Pick out and copy every line below that has the word "Check".

[Opening DATA SHOWN section]

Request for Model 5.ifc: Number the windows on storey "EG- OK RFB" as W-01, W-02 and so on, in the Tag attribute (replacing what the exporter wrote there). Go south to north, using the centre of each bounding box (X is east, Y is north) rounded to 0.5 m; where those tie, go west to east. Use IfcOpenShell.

First a look at what the model holds.

```python
import ifcopenshell
import ifcopenshell.util.element
import ifcopenshell.util.placement

model = ifcopenshell.open("Model 5.ifc")
print(model.schema)
storey = next(s for s in model.by_type("IfcBuildingStorey") if s.Name == "EG- OK RFB")
windows = [e for e in ifcopenshell.util.element.get_decomposition(storey) if e.is_a("IfcWindow")]
for e in sorted(windows, key=lambda e: e.id()):
    origin = ifcopenshell.util.placement.get_local_placement(e.ObjectPlacement)[:3, 3]
    print(e.id(), e.Tag, e.Name, origin.round(2) + 0.0, sep=" | ")
```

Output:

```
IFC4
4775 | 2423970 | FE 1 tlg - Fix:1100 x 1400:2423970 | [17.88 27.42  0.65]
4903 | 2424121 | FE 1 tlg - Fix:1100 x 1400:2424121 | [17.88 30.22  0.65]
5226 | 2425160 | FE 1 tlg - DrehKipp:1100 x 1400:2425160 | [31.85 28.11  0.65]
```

```python
import ifcopenshell
import ifcopenshell.geom
import ifcopenshell.util.element
import ifcopenshell.util.shape

model = ifcopenshell.open("Model 5.ifc")
settings = ifcopenshell.geom.settings()
settings.set("use-world-coords", True)


def centre(element):
    shape = ifcopenshell.geom.create_shape(settings, element)
    return ifcopenshell.util.shape.get_bbox_centroid(shape.geometry)


storey = next(s for s in model.by_type("IfcBuildingStorey") if s.Name == "EG- OK RFB")
windows = [e for e in ifcopenshell.util.element.get_decomposition(storey) if e.is_a("IfcWindow")]

# Insertion points can sit at a corner or the storey origin, so sort by the geometry (in metres).
centres = {e: centre(e) for e in windows}
windows.sort(key=lambda e: (round(centres[e][1] / 0.5), centres[e][0]))

for i, e in enumerate(windows, start=1):
    number = f"W-{i:02d}"
    e.Tag = number
    print(e.id(), number)

model.write("Model 5-out.ifc")
```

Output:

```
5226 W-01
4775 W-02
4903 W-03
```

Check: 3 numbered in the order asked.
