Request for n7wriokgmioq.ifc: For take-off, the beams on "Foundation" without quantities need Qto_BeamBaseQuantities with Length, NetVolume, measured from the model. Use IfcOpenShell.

First a look at what the model holds.

```python
import ifcopenshell
import ifcopenshell.util.element
import ifcopenshell.util.unit

model = ifcopenshell.open("n7wriokgmioq.ifc")
print(model.schema)
for unit_type in ("LENGTHUNIT", "AREAUNIT", "VOLUMEUNIT"):
    print(unit_type, ifcopenshell.util.unit.calculate_unit_scale(model, unit_type))
storey = next(s for s in model.by_type("IfcBuildingStorey") if s.Name == "Foundation")
beams = [e for e in ifcopenshell.util.element.get_decomposition(storey) if e.is_a("IfcBeam")]
for e in sorted(beams, key=lambda e: e.id()):
    print(e.id(), e.is_a(), e.Name, list(ifcopenshell.util.element.get_psets(e, qtos_only=True)), sep=" | ")
```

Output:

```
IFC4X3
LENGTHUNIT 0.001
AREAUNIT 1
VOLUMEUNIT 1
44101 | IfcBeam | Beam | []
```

```python
import ifcopenshell
import ifcopenshell.api.pset
import ifcopenshell.geom
import ifcopenshell.util.element
import ifcopenshell.util.shape
import ifcopenshell.util.unit

model = ifcopenshell.open("n7wriokgmioq.ifc")
unit_scale = ifcopenshell.util.unit.calculate_unit_scale(model)
volume_scale = ifcopenshell.util.unit.calculate_unit_scale(model, "VOLUMEUNIT")
settings = ifcopenshell.geom.settings()

storey = next(s for s in model.by_type("IfcBuildingStorey") if s.Name == "Foundation")
beams = [e for e in ifcopenshell.util.element.get_decomposition(storey) if e.is_a("IfcBeam")]

for e in sorted(beams, key=lambda e: e.id()):
    if ifcopenshell.util.element.get_psets(e, qtos_only=True, should_inherit=False):
        continue
    # Geometry comes back in metres, in the element's own axes.
    shape = ifcopenshell.geom.create_shape(settings, e)
    values = {
        "Length": ifcopenshell.util.shape.get_max_xyz(shape.geometry) / unit_scale,
        "NetVolume": ifcopenshell.util.shape.get_volume(shape.geometry) / volume_scale,
    }
    qto = ifcopenshell.api.pset.add_qto(model, product=e, name="Qto_BeamBaseQuantities")
    ifcopenshell.api.pset.edit_qto(model, qto=qto, properties=values)
    print(e.id(), {k: round(v, 3) for k, v in values.items()})

model.write("n7wriokgmioq_edited.ifc")
```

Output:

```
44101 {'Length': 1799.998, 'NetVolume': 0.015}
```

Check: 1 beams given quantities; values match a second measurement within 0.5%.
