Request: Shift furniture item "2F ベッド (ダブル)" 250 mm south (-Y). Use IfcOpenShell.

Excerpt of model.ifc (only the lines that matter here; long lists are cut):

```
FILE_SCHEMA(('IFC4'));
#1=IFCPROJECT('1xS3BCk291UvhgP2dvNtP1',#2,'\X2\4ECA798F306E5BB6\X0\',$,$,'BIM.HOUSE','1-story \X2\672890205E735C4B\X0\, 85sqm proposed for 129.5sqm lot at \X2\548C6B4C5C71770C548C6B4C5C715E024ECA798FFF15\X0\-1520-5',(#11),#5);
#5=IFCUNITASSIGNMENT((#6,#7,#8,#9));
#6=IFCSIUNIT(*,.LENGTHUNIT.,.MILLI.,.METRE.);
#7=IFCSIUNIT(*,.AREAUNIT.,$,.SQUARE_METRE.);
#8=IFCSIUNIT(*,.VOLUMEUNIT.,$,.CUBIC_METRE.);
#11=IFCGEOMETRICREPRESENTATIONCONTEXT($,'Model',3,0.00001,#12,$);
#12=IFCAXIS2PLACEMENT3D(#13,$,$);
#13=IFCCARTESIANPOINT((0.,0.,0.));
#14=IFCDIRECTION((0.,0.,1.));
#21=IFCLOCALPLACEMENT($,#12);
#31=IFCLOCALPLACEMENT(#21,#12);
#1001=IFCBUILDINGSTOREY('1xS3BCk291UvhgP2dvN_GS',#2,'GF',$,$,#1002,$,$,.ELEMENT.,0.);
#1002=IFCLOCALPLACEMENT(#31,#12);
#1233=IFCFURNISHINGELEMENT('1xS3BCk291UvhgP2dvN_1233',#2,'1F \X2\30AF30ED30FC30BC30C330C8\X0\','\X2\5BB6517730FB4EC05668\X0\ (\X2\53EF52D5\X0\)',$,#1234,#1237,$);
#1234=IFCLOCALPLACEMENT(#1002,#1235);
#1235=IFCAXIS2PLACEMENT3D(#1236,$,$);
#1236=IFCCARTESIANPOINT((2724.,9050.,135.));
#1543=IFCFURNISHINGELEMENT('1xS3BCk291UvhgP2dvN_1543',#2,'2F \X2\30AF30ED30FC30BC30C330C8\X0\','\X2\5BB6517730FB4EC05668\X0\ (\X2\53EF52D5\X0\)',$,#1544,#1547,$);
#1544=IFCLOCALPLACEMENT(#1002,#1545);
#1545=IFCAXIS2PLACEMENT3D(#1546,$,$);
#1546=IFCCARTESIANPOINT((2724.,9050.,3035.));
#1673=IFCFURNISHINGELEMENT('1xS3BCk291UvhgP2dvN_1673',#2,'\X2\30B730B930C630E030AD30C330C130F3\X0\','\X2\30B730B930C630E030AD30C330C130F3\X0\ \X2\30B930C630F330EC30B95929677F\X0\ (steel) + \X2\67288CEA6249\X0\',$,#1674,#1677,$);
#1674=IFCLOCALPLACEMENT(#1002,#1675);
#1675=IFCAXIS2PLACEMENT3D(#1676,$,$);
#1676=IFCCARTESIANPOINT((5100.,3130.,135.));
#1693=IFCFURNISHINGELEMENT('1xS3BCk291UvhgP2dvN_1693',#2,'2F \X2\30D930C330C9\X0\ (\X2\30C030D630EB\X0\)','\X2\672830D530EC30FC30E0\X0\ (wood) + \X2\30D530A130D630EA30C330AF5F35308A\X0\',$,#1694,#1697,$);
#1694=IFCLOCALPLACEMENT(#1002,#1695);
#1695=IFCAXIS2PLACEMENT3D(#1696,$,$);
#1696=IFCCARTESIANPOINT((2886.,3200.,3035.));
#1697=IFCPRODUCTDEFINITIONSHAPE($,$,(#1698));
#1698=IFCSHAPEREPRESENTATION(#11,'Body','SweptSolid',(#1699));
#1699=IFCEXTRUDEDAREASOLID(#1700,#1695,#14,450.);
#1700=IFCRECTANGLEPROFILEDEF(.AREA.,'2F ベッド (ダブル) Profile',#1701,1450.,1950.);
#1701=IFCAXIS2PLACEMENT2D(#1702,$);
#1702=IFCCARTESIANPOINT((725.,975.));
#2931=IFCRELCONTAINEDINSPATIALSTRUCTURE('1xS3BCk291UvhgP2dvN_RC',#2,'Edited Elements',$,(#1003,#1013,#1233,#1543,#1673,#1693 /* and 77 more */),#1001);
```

```python
import ifcopenshell
import ifcopenshell.api.geometry
import ifcopenshell.util.placement

model = ifcopenshell.open("model.ifc")

item = model.by_guid("1xS3BCk291UvhgP2dvN_1693")
matrix = ifcopenshell.util.placement.get_local_placement(item.ObjectPlacement)
matrix[1, 3] -= 250.0
ifcopenshell.api.geometry.edit_object_placement(model, product=item, matrix=matrix, is_si=False)

print(ifcopenshell.util.placement.get_local_placement(item.ObjectPlacement).round(3) + 0.0)

model.write("model_rev.ifc")
```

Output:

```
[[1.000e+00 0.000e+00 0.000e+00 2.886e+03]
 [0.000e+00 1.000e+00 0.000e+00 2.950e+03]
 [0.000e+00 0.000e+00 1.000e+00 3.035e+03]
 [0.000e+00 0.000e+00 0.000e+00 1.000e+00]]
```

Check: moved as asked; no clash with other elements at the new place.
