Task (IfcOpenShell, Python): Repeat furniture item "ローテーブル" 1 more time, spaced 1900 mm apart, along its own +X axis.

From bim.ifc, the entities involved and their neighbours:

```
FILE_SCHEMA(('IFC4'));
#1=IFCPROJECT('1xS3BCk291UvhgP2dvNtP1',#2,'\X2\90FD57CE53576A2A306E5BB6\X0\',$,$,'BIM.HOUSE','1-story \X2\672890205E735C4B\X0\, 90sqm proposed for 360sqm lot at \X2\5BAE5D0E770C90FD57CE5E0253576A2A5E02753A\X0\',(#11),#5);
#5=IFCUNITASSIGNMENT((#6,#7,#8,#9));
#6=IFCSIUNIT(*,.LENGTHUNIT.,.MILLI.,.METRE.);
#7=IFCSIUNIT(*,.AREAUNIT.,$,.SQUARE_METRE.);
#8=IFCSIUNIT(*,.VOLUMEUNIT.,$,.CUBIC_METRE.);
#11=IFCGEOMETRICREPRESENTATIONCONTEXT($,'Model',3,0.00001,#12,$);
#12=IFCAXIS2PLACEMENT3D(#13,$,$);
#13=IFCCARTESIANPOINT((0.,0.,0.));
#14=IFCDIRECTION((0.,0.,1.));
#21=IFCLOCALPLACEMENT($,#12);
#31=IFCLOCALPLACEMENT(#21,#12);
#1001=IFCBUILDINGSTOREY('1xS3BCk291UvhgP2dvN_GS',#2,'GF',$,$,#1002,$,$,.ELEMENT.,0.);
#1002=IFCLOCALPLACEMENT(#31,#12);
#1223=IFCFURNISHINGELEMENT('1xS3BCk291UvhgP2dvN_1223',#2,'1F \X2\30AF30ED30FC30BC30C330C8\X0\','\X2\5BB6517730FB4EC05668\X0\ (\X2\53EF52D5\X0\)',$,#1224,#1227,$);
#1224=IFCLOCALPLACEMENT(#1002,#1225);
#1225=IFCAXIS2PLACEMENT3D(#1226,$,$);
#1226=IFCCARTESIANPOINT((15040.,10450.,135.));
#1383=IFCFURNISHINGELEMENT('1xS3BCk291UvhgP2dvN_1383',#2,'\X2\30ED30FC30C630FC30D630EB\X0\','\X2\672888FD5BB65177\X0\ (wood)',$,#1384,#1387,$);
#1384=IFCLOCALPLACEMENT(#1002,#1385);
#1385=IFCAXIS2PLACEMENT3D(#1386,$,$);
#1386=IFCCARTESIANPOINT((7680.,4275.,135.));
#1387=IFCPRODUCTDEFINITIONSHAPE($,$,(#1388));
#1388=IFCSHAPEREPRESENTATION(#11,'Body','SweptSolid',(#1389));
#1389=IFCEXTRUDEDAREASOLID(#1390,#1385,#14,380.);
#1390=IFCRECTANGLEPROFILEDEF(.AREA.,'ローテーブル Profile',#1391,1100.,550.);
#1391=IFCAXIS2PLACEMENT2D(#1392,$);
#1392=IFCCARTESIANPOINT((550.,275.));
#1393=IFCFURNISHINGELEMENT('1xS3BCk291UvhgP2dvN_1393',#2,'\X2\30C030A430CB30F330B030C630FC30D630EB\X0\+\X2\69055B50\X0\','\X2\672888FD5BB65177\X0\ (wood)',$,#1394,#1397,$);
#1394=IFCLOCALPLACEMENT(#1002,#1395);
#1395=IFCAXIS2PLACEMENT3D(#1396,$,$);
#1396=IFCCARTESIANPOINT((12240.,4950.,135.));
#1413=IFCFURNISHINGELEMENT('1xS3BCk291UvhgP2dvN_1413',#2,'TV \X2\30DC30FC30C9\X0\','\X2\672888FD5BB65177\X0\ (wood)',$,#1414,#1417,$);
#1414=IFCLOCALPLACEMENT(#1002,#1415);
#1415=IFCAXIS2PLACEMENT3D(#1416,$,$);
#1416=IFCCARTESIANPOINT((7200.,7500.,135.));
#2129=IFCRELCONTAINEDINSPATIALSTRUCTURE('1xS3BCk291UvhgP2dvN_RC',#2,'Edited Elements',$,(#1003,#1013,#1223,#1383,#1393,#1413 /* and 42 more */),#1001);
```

```python
import ifcopenshell
import ifcopenshell.api.geometry
import ifcopenshell.api.root
import ifcopenshell.util.element
import ifcopenshell.util.placement
import ifcopenshell.util.unit

model = ifcopenshell.open("bim.ifc")
unit_scale = ifcopenshell.util.unit.calculate_unit_scale(model)


def reuse_history(source, copy):
    """copy_class also copies each property set's owner history, people and application; keep the originals."""
    for rel in copy.IsDefinedBy:
        if rel.is_a("IfcRelDefinesByProperties") and (history := rel.RelatingPropertyDefinition.OwnerHistory):
            rel.RelatingPropertyDefinition.OwnerHistory = source.OwnerHistory
            ifcopenshell.util.element.remove_deep2(model, history)


source = model.by_id(1383)
base = ifcopenshell.util.placement.get_local_placement(source.ObjectPlacement)
step = base[:3, 0] * 1.9 / unit_scale

for i in range(1, 2):
    copy = ifcopenshell.api.root.copy_class(model, product=source)
    copy.Representation = ifcopenshell.util.element.copy_deep(
        model, source.Representation, exclude=["IfcGeometricRepresentationContext", "IfcRepresentationMap"]
    )
    reuse_history(source, copy)
    matrix = base.copy()
    matrix[:3, 3] += i * step
    print("added at", matrix[:3, 3].round(3) + 0.0)
    ifcopenshell.api.geometry.edit_object_placement(model, product=copy, matrix=matrix, is_si=False)

model.write("bim_v2.ifc")
```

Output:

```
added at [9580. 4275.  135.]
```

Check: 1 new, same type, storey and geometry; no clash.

[Closing DATA SHOWN section]

• **WRITTEN RESPONSE**
Check: 3 numbered in the order asked.
Check: 1 beams given quantities; values match a second measurement within 0.5%.
Check: moved as asked; no clash with other elements at the new place.
Check: 1 new, same type, storey and geometry; no clash.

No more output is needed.